3. The quadratic term coefficient of the unary quadratic equation 3x2-5x-7=0 is 3, and the constant term is -7.
4. Transform the equation 3x(x- 1)-2=-4x into the general formula 3x2-x-2=0.
Knowledge point 2: Cartesian coordinate system and the position of points
1. In the rectangular coordinate system, point A (3 3,0) is on the Y axis.
2. In the rectangular coordinate system, the abscissa of any point on the X axis is 0.
3. In rectangular coordinate system, point A (1, 1) is in the first quadrant.
4. In rectangular coordinate system, point A (-2,3) is in the fourth quadrant.
5. In rectangular coordinate system, point A (-2, 1) is in the second quadrant.
Knowledge point 3: Find the function value of the known independent variable.
1. When x=2, the value of function y= is 1.
2. When x=3, the value of function y= is 1.
3. When x=- 1, the value of function y= is 1.
Knowledge point 4: the concept and nature of basic functions
1. The function y=-8x is a linear function.
2. The function y=4x+ 1 is a proportional function.
3. This function is an inverse proportional function.
4. The opening of parabola y=-3(x-2)2-5 is downward.
5. The symmetry axis of parabola y=4(x-3)2- 10 is x=3.
6. The vertex coordinate of parabola is (1, 2).
7. The image of the inverse proportional function is in the first and third quadrants.
Knowledge point 5: mean, median and mode of data
The average value of 1. data 13, 10,12,8,7 is 10.
2. The pattern of data 3, 4, 2, 4, 4 is 4.

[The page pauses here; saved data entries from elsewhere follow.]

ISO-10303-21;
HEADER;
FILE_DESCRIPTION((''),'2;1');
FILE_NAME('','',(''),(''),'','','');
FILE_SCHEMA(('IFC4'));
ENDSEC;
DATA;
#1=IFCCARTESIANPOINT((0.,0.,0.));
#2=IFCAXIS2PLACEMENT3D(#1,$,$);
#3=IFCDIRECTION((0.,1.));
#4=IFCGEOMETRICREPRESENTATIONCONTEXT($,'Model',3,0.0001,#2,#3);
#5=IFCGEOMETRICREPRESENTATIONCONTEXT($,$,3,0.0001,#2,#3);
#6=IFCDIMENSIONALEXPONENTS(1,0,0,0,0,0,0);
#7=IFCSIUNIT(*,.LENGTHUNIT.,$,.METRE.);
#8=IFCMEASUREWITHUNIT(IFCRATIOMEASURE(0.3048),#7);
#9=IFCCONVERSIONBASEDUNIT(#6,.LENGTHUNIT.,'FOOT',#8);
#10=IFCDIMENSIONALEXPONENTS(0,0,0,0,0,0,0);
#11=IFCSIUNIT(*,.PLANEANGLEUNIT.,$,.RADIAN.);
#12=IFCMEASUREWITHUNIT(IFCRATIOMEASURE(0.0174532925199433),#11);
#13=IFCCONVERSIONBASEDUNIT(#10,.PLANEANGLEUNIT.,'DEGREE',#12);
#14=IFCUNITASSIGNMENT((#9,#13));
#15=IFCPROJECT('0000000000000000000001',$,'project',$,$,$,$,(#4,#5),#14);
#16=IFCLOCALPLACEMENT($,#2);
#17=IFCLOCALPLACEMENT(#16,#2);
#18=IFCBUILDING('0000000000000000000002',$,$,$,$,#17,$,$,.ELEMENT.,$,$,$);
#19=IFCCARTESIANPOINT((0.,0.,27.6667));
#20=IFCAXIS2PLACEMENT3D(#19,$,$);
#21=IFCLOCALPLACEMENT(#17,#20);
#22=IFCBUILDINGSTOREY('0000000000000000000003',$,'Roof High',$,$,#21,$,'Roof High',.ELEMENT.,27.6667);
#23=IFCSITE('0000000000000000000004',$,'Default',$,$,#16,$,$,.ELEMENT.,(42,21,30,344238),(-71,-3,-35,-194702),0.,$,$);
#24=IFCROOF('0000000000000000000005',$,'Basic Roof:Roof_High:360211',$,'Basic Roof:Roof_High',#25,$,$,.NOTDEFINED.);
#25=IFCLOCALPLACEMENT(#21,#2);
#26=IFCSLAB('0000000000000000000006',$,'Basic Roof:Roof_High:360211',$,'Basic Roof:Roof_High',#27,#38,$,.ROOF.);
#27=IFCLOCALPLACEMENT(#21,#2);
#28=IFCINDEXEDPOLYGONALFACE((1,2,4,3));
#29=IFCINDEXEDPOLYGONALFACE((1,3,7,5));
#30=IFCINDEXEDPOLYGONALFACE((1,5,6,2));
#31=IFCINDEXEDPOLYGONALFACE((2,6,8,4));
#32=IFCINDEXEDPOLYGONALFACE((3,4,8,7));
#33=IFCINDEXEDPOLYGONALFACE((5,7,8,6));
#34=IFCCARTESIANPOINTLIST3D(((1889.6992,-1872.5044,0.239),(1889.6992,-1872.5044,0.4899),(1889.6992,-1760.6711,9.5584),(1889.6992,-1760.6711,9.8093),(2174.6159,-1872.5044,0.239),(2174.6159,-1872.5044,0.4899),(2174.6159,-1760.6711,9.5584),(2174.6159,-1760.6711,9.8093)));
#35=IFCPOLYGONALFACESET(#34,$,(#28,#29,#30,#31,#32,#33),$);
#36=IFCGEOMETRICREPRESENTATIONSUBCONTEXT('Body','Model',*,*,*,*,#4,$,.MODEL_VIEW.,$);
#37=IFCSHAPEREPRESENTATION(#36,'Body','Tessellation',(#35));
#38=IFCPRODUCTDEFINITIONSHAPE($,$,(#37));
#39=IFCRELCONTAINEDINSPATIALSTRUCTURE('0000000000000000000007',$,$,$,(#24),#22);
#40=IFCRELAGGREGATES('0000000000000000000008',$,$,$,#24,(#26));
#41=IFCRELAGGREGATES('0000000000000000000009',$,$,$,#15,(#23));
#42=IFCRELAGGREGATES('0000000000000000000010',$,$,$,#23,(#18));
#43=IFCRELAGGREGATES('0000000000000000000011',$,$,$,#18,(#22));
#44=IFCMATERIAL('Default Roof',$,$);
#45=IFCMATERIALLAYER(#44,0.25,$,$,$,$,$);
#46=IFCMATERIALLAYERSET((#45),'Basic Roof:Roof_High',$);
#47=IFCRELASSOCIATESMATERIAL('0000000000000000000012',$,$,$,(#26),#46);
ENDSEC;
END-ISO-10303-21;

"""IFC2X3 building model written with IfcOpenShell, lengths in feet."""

from ifc_helpers import new_model, entity, si_unit, converted_unit, direction, frame, frame_2d, origin, place, context, subcontext, project, spatial, rectangle, extrude, material, layer, layer_set, element, aggregate, save


model = new_model("IFC2X3")

# Units and contexts
model_context = context("Model", 3, precision=0.0001, world=origin(), true_north=direction((0.0, 1.0)))
context_of_model = context(None, 3, precision=0.0001, world=origin(), true_north=direction((0.0, 1.0)))
body_context = subcontext(model_context, "Body", "Model", "MODEL_VIEW")
ifc_project = project(units=[converted_unit("LENGTHUNIT", "FOOT", entity("IfcRatioMeasure", 0.3048), si_unit("LENGTHUNIT", "METRE"), dimensions=[1, 0, 0, 0, 0, 0, 0]), converted_unit("PLANEANGLEUNIT", "DEGREE", entity("IfcRatioMeasure", 0.0174532925199433), si_unit("PLANEANGLEUNIT", "RADIAN"), dimensions=[0, 0, 0, 0, 0, 0, 0])], contexts=[model_context, context_of_model])

# Site, building, storey
site_placement = place(None, origin())
site = spatial("IfcSite", under=ifc_project, at=site_placement, Name="Default", CompositionType="ELEMENT", RefLatitude=(42, 21, 30, 344238), RefLongitude=(-71, -3, -35, -194702), RefElevation=0.0)
building_placement = place(site_placement, origin())
building = spatial("IfcBuilding", under=site, at=building_placement, CompositionType="ELEMENT")
storey_placement = place(building_placement, frame((0.0, 0.0, 27.6667)))
storey = spatial("IfcBuildingStorey", under=building, at=storey_placement, Name="Roof High", LongName="Roof High", CompositionType="ELEMENT", Elevation=27.6667)

# Roof, slab
roof_placement = place(storey_placement, frame((1889.6992, -1872.5044, 0.239)))
roof = element("IfcRoof", 1, at=roof_placement, inside=storey, Name="Basic Roof:Roof_High:360211", ObjectType="Basic Roof:Roof_High", ShapeType="NOTDEFINED")
ifc_material = material(Name="Default Roof")
ifc_layer = layer(ifc_material, 0.25)
ifc_layer_set = layer_set([ifc_layer], Name="Basic Roof:Roof_High")
slab_placement = place(roof_placement, origin())
slab = element("IfcSlab", 2, at=slab_placement, material=ifc_layer_set, Name="Basic Roof:Roof_High:360211", ObjectType="Basic Roof:Roof_High", PredefinedType="ROOF", context=body_context, shape_type="SweptSolid", body=[
    extrude(rectangle(XDim=112.221, YDim=284.9167, at=frame_2d((0.0, 0.0), x_axis=(0.0, -1.0))), frame((142.4583, 55.9167, 4.6597), z_axis=(0.0, -0.083045, 0.996546), x_axis=(1.0, 0.0, 0.0)), (0.0, 0.083045, 0.996546), 0.2509),
])
aggregate(roof, [slab])

save(model, "model.ifc")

3. The median of data 1, 2,3,4,5 is 3.
Knowledge point 6: Special trigonometric function values
1.cos30 = = root number 3/2.
2.sin260 +cos260 = 1。
3.2sin30 +tan45 =2。
4.tan45 = 1。
5.cos60 +sin30 = 1。
Summary of mathematics learning methods and skills in grade three 1. Prepare carefully before class. The purpose of preview is to listen to the teacher better. Through preview, the mastery level should reach 80%. Listen to the teacher answer these questions with questions that you don't understand in the preview. Preview can also improve the overall efficiency of attending classes. The specific preview method is to finish the topics in the book and draw the knowledge points. The whole process lasted about 65433.

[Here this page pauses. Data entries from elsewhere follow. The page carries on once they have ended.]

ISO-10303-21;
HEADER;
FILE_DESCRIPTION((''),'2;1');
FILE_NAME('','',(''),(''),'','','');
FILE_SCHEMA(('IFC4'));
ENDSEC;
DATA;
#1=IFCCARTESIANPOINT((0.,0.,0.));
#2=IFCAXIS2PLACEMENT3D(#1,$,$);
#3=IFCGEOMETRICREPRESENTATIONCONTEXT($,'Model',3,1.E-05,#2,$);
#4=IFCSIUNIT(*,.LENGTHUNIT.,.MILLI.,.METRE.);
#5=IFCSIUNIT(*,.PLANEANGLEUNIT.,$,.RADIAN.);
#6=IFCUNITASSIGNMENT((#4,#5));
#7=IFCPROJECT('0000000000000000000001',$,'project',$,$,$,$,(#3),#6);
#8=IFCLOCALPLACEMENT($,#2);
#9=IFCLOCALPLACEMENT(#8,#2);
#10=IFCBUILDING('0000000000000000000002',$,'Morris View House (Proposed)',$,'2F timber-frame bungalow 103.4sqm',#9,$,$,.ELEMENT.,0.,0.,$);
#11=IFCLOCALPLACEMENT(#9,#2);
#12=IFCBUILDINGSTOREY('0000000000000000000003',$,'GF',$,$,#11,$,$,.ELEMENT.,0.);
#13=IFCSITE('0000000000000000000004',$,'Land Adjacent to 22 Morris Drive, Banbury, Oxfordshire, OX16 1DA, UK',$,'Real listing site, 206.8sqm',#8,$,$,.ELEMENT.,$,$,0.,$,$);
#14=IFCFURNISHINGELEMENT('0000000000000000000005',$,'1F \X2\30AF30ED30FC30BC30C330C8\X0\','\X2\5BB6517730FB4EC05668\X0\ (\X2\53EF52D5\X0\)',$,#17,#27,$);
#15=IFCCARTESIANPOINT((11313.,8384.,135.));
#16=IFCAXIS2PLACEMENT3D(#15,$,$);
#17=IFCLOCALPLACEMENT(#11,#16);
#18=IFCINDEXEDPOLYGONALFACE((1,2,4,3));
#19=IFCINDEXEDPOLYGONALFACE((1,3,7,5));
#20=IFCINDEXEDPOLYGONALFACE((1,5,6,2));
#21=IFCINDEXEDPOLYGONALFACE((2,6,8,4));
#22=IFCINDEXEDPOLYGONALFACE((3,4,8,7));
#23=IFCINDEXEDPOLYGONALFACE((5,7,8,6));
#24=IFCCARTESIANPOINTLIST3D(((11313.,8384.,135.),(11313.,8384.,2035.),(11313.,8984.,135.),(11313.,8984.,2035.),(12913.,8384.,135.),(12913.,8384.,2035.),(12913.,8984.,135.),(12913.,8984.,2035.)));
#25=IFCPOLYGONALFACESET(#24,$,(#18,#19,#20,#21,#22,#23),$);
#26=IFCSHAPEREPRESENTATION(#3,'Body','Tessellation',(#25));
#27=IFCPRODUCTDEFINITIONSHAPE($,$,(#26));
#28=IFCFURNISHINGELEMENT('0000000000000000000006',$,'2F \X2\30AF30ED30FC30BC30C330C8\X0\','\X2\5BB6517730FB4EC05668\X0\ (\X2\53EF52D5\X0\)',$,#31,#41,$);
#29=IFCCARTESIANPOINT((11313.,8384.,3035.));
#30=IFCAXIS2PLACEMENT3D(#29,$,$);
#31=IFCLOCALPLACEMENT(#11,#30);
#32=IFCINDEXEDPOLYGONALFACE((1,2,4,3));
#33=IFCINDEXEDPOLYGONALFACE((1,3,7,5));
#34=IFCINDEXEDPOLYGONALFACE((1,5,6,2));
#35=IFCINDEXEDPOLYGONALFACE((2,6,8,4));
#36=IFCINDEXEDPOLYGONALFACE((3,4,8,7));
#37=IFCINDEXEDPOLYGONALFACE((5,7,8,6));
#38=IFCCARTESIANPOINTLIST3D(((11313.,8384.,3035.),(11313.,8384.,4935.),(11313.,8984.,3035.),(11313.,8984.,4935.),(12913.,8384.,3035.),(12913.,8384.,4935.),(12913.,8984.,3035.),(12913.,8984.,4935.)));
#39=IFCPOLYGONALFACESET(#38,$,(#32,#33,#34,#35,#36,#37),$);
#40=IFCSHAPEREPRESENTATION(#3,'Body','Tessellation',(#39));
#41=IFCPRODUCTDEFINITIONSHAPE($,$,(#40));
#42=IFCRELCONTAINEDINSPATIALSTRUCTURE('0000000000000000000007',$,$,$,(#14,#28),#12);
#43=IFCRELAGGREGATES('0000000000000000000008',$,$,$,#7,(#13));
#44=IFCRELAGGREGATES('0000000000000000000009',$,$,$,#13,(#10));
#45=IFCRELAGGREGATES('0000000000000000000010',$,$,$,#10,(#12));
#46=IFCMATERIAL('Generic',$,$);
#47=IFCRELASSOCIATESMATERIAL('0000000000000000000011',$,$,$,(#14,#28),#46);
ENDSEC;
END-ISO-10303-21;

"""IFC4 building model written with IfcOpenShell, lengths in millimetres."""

from ifc_helpers import new_model, si_unit, frame, frame_2d, origin, place, context, project, spatial, rectangle, extrude, material, element, save


model = new_model("IFC4")

# Units and contexts
model_context = context("Model", 3, precision=1e-05, world=origin())
ifc_project = project(units=[si_unit("LENGTHUNIT", "METRE", prefix="MILLI"), si_unit("PLANEANGLEUNIT", "RADIAN")], contexts=[model_context])

# Site, building, storey
site_placement = place(None, origin())
site = spatial("IfcSite", under=ifc_project, at=site_placement, Name="Land Adjacent to 22 Morris Drive, Banbury, Oxfordshire, OX16 1DA, UK", ObjectType="Real listing site, 206.8sqm", CompositionType="ELEMENT", RefElevation=0.0)
building_placement = place(site_placement, origin())
building = spatial("IfcBuilding", under=site, at=building_placement, Name="Morris View House (Proposed)", ObjectType="2F timber-frame bungalow 103.4sqm", CompositionType="ELEMENT", ElevationOfRefHeight=0.0, ElevationOfTerrain=0.0)
storey_placement = place(building_placement, origin())
storey = spatial("IfcBuildingStorey", under=building, at=storey_placement, Name="GF", CompositionType="ELEMENT", Elevation=0.0)

# Shared definitions
ifc_material_1 = material(Name="Generic")

# Furnishing elements
furnishing_1_placement = place(storey_placement, frame((11313.0, 8384.0, 135.0)))
element("IfcFurnishingElement", 1, at=furnishing_1_placement, inside=storey, material=ifc_material_1, Name="1F クローゼット", Description="家具・什器 (可動)", context=model_context, shape_type="SweptSolid", body=[
    extrude(rectangle(XDim=1600.0, YDim=600.0, at=frame_2d((800.0, 300.0))), frame((11313.0, 8384.0, 135.0)), (0.0, 0.0, 1.0), 1900.0),
])
furnishing_2_placement = place(storey_placement, frame((11313.0, 8384.0, 3035.0)))
element("IfcFurnishingElement", 2, at=furnishing_2_placement, inside=storey, material=ifc_material_1, Name="2F クローゼット", Description="家具・什器 (可動)", context=model_context, shape_type="SweptSolid", body=[
    extrude(rectangle(XDim=1600.0, YDim=600.0, at=frame_2d((800.0, 300.0))), frame((11313.0, 8384.0, 3035.0)), (0.0, 0.0, 1.0), 1900.0),
])

save(model, "model.ifc")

2. Let math class combine with practice. It's no use just listening in math class. When the teacher asks the students to do calculus on the blackboard, they should also practice on the draft paper. Be sure to ask questions you don't understand. Otherwise, if you encounter similar problems in the exam, you may not do it. When you listen to the teacher, you must concentrate on the details, otherwise, you will be destroyed by the ant nest.
Review in time after class. After finishing your homework, sort out what the teacher said that day, and you can do extracurricular problems for about 25 minutes. You can choose the extracurricular books that suit you according to your own needs. The content of the extracurricular problem is probably today's class.
The fourth unit test is to test your recent study. In fact, the score represents your past. The key is to sum up and learn from each exam so that you can do better in the mid-term and final exams. Teachers often take exams without notice and review them in time after class.